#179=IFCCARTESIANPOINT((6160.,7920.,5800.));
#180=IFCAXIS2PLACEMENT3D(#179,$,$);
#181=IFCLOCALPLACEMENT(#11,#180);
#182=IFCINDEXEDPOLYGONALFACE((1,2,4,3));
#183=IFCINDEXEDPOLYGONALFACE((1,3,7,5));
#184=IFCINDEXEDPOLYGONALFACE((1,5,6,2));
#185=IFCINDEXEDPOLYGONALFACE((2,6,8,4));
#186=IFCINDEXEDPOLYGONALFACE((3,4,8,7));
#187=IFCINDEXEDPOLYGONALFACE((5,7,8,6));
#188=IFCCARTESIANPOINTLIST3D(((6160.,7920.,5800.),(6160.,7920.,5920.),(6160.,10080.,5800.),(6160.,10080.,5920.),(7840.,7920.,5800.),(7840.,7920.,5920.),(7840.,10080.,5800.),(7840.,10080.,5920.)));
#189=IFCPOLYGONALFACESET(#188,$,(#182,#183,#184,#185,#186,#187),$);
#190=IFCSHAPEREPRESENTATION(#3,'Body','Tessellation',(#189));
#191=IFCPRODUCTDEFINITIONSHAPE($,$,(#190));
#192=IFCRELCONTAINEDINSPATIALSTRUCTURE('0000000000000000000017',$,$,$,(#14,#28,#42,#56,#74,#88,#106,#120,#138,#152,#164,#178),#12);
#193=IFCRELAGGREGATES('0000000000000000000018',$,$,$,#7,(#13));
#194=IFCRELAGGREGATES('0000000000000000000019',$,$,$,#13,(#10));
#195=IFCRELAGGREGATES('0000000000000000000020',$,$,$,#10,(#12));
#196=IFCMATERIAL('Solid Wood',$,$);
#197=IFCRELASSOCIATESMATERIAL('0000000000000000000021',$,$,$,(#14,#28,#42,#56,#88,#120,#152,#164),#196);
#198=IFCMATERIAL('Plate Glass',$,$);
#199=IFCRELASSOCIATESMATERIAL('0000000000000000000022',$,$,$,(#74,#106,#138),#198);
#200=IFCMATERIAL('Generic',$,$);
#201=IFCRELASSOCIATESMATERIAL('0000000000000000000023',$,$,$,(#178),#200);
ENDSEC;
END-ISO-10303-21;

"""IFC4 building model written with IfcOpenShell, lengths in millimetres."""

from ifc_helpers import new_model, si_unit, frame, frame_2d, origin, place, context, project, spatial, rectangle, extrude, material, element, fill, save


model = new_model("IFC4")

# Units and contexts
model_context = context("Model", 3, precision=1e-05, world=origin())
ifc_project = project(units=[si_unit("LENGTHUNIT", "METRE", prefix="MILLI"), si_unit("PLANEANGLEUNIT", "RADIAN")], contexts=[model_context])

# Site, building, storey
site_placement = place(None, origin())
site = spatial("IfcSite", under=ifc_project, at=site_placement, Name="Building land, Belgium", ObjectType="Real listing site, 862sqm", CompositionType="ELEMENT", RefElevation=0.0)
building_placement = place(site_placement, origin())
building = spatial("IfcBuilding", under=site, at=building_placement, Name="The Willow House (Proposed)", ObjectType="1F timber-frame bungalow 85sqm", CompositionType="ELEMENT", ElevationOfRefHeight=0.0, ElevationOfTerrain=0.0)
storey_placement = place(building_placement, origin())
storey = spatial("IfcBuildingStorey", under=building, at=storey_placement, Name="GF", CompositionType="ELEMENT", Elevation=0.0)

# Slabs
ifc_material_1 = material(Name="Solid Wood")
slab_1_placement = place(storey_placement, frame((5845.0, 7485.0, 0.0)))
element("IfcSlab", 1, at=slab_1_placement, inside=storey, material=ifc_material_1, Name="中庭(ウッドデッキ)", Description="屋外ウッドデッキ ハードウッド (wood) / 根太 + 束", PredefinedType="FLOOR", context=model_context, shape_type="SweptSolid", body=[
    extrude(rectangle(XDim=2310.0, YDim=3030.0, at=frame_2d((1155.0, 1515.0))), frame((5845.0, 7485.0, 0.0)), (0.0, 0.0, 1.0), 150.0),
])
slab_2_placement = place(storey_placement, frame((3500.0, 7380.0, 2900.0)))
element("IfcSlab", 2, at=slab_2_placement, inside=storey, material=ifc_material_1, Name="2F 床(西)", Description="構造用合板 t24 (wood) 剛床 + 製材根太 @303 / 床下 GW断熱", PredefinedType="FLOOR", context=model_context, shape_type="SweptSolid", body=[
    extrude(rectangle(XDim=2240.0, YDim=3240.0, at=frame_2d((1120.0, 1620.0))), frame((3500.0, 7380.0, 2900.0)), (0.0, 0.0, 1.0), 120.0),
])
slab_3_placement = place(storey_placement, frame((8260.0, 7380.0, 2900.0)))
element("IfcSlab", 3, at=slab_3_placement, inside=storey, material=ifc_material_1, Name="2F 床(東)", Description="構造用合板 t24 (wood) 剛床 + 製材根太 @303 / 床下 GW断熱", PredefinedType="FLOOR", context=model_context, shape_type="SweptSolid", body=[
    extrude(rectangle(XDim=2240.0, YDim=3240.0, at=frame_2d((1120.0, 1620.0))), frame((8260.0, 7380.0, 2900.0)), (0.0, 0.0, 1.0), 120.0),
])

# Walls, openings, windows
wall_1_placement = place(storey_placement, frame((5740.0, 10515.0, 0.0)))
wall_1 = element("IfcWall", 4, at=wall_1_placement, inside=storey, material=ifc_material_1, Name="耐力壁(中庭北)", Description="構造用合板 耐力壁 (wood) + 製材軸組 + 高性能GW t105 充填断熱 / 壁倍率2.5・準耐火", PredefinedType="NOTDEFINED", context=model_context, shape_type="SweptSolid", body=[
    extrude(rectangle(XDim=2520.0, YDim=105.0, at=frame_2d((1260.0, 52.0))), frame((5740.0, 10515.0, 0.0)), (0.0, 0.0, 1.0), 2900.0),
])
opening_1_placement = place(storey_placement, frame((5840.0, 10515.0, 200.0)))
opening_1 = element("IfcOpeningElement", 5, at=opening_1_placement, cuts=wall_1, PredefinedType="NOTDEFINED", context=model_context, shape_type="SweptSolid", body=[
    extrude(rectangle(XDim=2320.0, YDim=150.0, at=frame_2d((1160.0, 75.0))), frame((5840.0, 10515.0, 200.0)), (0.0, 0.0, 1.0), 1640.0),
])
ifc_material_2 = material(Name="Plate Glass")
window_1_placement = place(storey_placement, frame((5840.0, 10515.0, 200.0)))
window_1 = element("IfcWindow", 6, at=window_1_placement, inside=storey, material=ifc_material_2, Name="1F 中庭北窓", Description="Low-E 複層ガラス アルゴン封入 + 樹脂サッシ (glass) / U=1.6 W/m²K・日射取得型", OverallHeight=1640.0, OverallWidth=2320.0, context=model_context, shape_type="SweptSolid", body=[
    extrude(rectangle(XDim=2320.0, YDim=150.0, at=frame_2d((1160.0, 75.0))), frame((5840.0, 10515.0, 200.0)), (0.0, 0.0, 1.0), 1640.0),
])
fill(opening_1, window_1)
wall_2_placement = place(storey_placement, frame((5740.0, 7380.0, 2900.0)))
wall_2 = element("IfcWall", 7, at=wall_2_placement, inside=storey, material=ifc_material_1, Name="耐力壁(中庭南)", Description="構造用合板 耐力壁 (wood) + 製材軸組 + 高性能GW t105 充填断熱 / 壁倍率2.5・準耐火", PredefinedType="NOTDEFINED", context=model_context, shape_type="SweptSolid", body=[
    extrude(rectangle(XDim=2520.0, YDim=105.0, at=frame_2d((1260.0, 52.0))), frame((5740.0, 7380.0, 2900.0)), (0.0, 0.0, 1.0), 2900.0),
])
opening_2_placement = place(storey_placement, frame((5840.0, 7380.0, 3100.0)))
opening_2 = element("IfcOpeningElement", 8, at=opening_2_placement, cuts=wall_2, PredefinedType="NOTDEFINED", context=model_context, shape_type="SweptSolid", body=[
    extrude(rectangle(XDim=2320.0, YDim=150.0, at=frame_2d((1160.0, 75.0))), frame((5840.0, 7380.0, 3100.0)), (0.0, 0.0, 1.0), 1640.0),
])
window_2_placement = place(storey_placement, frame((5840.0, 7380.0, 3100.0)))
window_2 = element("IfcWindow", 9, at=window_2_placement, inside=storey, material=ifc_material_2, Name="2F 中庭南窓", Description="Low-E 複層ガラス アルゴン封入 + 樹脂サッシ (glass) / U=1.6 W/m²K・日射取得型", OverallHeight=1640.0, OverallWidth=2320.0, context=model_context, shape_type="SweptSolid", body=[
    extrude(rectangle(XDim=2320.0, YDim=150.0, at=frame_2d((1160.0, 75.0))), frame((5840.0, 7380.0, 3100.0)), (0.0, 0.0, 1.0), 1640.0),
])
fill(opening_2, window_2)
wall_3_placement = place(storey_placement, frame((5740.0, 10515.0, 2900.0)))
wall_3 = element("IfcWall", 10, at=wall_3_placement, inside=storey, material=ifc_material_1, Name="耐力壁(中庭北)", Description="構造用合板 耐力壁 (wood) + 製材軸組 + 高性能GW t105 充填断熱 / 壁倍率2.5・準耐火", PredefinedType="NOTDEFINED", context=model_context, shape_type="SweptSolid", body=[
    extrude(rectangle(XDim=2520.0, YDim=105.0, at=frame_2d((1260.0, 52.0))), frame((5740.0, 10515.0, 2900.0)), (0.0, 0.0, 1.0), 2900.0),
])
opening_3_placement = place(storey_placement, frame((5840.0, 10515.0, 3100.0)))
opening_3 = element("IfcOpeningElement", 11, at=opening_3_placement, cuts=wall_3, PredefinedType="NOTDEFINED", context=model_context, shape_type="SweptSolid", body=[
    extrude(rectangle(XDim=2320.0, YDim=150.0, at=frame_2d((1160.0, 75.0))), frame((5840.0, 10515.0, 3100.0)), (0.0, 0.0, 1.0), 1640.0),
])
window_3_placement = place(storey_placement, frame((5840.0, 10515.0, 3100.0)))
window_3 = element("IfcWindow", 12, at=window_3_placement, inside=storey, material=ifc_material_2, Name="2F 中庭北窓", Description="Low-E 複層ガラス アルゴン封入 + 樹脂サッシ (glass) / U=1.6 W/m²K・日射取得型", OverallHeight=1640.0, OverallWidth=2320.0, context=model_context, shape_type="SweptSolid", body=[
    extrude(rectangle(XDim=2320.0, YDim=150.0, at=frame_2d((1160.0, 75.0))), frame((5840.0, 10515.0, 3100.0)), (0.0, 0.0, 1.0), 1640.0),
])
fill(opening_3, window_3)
==
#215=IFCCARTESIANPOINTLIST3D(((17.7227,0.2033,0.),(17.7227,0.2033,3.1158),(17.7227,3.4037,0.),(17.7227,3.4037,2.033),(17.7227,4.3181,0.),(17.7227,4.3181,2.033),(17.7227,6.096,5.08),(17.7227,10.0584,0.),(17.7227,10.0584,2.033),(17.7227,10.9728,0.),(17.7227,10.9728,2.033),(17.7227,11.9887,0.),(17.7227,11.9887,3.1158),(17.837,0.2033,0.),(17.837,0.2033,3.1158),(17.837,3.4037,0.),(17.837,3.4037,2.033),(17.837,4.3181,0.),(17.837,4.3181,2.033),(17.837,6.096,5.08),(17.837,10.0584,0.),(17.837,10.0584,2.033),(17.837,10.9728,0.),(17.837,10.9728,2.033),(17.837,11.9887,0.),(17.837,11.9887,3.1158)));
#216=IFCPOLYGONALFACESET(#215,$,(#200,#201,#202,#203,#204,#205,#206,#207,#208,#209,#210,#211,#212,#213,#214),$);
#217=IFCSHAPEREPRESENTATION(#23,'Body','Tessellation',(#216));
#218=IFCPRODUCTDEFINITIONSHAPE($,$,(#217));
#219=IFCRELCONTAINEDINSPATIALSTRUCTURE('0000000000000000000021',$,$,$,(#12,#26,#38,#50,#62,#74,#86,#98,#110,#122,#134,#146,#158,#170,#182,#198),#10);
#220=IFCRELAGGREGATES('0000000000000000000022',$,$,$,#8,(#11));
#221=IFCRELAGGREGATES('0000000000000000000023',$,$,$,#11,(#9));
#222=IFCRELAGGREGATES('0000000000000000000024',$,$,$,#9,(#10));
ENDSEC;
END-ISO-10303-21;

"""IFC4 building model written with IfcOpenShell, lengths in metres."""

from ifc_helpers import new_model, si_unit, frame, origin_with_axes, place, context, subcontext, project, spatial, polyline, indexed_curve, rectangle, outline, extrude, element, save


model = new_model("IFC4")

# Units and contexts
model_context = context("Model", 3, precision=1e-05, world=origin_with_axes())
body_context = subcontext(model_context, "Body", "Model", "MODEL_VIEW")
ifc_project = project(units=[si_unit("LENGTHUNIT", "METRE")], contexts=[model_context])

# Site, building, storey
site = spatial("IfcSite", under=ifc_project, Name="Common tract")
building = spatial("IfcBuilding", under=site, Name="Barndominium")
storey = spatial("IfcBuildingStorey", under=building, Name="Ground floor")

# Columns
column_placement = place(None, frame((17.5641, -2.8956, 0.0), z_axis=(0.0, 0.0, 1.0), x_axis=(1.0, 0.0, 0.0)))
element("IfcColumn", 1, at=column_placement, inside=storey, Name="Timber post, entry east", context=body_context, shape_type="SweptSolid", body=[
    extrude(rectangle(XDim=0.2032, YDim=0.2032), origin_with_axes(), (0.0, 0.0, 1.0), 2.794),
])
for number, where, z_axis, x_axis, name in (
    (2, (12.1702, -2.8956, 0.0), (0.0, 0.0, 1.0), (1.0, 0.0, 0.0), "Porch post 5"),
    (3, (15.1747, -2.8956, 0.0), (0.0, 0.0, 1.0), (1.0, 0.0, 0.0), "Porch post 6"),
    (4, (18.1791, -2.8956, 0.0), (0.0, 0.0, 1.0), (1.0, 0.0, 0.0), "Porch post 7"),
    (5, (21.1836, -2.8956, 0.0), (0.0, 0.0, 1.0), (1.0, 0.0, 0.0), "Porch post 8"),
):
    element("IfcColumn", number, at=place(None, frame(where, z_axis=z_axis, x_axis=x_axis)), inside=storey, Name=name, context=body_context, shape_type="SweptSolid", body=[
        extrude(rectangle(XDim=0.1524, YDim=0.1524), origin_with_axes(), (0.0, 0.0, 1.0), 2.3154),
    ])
--
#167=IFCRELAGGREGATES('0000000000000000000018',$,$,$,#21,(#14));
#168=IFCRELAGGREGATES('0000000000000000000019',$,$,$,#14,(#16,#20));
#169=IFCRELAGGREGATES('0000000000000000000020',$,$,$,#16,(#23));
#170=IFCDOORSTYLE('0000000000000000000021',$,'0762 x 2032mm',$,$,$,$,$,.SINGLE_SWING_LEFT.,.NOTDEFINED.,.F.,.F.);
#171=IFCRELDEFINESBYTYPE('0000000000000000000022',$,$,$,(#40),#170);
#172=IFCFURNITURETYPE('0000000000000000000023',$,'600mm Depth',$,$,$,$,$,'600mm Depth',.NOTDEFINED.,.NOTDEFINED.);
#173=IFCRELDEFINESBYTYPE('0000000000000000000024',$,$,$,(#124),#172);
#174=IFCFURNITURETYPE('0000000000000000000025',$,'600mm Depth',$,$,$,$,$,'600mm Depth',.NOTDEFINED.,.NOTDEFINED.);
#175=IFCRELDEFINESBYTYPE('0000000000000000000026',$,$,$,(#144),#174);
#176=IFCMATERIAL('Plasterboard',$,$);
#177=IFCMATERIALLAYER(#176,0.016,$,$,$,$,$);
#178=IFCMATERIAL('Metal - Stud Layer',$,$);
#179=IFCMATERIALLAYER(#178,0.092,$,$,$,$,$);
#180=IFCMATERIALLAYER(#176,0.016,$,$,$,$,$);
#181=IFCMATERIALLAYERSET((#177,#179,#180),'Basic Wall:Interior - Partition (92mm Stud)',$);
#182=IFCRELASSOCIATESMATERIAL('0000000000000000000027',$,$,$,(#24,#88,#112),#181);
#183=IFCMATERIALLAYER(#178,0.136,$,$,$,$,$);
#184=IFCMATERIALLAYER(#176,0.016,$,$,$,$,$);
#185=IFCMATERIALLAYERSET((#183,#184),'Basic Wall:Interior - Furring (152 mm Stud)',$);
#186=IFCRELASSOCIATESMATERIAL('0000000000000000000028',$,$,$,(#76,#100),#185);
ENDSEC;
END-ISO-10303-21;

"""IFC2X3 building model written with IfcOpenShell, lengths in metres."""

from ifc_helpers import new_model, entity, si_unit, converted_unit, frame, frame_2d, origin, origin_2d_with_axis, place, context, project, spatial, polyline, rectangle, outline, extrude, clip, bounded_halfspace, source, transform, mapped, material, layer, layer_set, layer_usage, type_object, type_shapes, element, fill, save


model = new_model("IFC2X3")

▶ [Exercise description] In the entries above, find the line with "#193=IFCRELAGGREGATES('0000000000000000000018',$,$,$,#7,(#13));" and the line with "building_placement = place(site_placement, origin())", then restate word for word both of them and every line between, with nothing more.

▶ [Problem solution]
#193=IFCRELAGGREGATES('0000000000000000000018',$,$,$,#7,(#13));
#194=IFCRELAGGREGATES('0000000000000000000019',$,$,$,#13,(#10));
#195=IFCRELAGGREGATES('0000000000000000000020',$,$,$,#10,(#12));
#196=IFCMATERIAL('Solid Wood',$,$);
#197=IFCRELASSOCIATESMATERIAL('0000000000000000000021',$,$,$,(#14,#28,#42,#56,#88,#120,#152,#164),#196);
#198=IFCMATERIAL('Plate Glass',$,$);
#199=IFCRELASSOCIATESMATERIAL('0000000000000000000022',$,$,$,(#74,#106,#138),#198);
#200=IFCMATERIAL('Generic',$,$);
#201=IFCRELASSOCIATESMATERIAL('0000000000000000000023',$,$,$,(#178),#200);
ENDSEC;
END-ISO-10303-21;

"""IFC4 building model written with IfcOpenShell, lengths in millimetres."""

from ifc_helpers import new_model, si_unit, frame, frame_2d, origin, place, context, project, spatial, rectangle, extrude, material, element, fill, save


model = new_model("IFC4")

# Units and contexts
model_context = context("Model", 3, precision=1e-05, world=origin())
ifc_project = project(units=[si_unit("LENGTHUNIT", "METRE", prefix="MILLI"), si_unit("PLANEANGLEUNIT", "RADIAN")], contexts=[model_context])

# Site, building, storey
site_placement = place(None, origin())
site = spatial("IfcSite", under=ifc_project, at=site_placement, Name="Building land, Belgium", ObjectType="Real listing site, 862sqm", CompositionType="ELEMENT", RefElevation=0.0)
building_placement = place(site_placement, origin())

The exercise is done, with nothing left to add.